IV. Dopo il crollo del muro. Il collasso dei sistemi politici dell'Europa orientale, culminato. col crollo del muro di Berlino nel 1989, ha sovente indotto a ritenere che la fine del comunismo portasse con sé ineluttabilmente anche la definitiva archiviazione della ricerca teorica marxiana. Al contrario, la drammatica conclusione di quella vicenda storico-politica, disimpegnando Marx da una troppo immediata identificazione con le sorti del comunismo, può e deve consentire di rileggerne oggi il pensiero come grande autore «classico», come uno fra gli autori più originali e influenti della ricerca teorica contemporanea.

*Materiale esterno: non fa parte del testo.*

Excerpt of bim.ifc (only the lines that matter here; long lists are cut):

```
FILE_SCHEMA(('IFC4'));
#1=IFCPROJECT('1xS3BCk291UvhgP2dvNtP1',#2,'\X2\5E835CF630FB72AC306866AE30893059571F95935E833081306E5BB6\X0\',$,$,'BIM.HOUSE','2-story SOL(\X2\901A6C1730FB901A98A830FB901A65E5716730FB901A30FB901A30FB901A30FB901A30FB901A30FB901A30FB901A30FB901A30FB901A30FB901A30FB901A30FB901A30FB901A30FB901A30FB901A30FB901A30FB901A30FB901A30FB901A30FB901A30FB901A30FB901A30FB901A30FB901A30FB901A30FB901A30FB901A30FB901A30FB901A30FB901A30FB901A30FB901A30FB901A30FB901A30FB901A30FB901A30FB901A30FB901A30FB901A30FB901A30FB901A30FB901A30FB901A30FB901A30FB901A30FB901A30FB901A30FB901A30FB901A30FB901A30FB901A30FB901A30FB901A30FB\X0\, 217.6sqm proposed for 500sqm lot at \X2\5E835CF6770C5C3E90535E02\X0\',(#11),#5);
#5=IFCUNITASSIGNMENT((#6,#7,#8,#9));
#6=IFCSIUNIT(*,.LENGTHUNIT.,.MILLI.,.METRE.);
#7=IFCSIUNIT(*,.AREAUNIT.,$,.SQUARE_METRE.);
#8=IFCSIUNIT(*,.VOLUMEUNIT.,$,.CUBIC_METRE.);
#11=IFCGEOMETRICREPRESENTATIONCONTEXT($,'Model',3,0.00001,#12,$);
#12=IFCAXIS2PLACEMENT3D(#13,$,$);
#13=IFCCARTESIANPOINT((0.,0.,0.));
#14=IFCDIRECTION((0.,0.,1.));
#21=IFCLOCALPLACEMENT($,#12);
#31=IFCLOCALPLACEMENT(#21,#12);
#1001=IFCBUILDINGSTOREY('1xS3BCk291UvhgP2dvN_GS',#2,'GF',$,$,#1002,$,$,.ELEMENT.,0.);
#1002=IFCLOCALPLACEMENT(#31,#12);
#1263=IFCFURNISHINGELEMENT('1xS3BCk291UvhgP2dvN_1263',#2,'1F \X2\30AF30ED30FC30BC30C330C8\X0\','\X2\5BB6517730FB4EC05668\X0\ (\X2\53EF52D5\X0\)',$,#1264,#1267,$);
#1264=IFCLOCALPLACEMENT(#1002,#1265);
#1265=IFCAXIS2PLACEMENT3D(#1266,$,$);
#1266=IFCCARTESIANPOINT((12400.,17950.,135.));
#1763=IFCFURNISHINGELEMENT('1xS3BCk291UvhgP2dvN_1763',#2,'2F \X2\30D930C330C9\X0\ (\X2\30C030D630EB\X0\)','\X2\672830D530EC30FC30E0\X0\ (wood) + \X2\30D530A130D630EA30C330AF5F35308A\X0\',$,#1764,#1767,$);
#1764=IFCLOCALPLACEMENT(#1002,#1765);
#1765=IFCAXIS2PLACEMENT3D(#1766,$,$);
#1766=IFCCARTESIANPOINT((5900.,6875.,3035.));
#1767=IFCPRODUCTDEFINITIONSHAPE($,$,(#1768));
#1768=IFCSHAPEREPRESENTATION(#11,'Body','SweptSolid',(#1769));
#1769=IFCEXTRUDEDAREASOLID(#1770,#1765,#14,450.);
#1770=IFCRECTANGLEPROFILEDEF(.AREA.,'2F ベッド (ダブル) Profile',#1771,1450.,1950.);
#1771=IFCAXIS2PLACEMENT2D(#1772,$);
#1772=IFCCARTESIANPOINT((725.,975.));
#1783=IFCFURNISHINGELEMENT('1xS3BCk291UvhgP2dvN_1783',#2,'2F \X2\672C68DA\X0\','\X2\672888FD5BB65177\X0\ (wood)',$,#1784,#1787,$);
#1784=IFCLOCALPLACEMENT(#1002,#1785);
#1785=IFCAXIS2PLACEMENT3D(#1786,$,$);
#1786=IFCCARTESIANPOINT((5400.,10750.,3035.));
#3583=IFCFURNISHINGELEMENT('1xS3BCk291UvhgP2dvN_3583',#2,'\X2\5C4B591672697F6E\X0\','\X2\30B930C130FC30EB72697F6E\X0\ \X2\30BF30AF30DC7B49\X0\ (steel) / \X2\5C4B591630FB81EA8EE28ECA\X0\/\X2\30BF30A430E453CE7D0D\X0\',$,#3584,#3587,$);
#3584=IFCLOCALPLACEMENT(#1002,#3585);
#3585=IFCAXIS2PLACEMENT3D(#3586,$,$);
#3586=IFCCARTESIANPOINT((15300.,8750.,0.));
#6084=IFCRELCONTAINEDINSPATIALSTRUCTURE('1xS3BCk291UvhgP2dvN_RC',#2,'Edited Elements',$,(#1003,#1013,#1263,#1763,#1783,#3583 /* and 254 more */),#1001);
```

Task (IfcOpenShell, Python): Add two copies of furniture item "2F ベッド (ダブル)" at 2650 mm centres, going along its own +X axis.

```python
import ifcopenshell
import ifcopenshell.api.geometry
import ifcopenshell.api.root
import ifcopenshell.util.element
import ifcopenshell.util.placement

model = ifcopenshell.open("bim.ifc")


def reuse_history(source, copy):
    """copy_class also copies each property set's owner history, people and application; keep the originals."""
    for rel in copy.IsDefinedBy:
        if rel.is_a("IfcRelDefinesByProperties") and (history := rel.RelatingPropertyDefinition.OwnerHistory):
            rel.RelatingPropertyDefinition.OwnerHistory = source.OwnerHistory
            ifcopenshell.util.element.remove_deep2(model, history)


source = model.by_id(1763)
base = ifcopenshell.util.placement.get_local_placement(source.ObjectPlacement)
step = base[:3, 0] * 2650.0

for i in range(1, 3):
    copy = ifcopenshell.api.root.copy_class(model, product=source)
    copy.Representation = ifcopenshell.util.element.copy_deep(
        model, source.Representation, exclude=["IfcGeometricRepresentationContext", "IfcRepresentationMap"]
    )
    reuse_history(source, copy)
    matrix = base.copy()
    matrix[:3, 3] += i * step
    print("added at", matrix[:3, 3].round(3) + 0.0)
    ifcopenshell.api.geometry.edit_object_placement(model, product=copy, matrix=matrix, is_si=False)

model.write("bim_v2.ifc")
```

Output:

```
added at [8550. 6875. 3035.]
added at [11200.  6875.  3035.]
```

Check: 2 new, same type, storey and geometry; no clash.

Si può anzi affermare che la svolta storica del 1989 pone le premesse per una rilettura dell'intero corpus delle opere marxiane al di fuori delle deformazioni ideologiche introdotte dalla ricerca teorica che si è definita «marxista», oltre che al riparo delle controversie alimentate da coloro che individuavano, spesso a torto, nell'elaborazione marxiana la cornice dottrinale entro la quale si era storicamente sviluppato il fenomeno storico-politico del comunismo. D'altra parte, si deve anche rilevare (come risulta nitidamente dalla bibliografia citata infra) che gli studi sul pensiero di Marx, in precedenza numerosissimi e quanto meno molto impegnati, si sono diradati fino quasi a sparire completamente dopo il 1989. Dopo un necessario periodo di decantazione critica, vi è da attendersi che le opere del filosofo di Treviri possano essere nuovamente studiate per quello che sono e che valgono, vale a dire non come impropri manifesti politici, ma come documenti di una ricerca teorica che costituisce un punto di riferimento importante nel quadro del pensiero contemporaneo.
MARXISMO. - Sommario: 1. Premessa. - II. L'origine del termine. - III. Il marxismo come «scienza». - IV. 11 marxismo nel Novecento.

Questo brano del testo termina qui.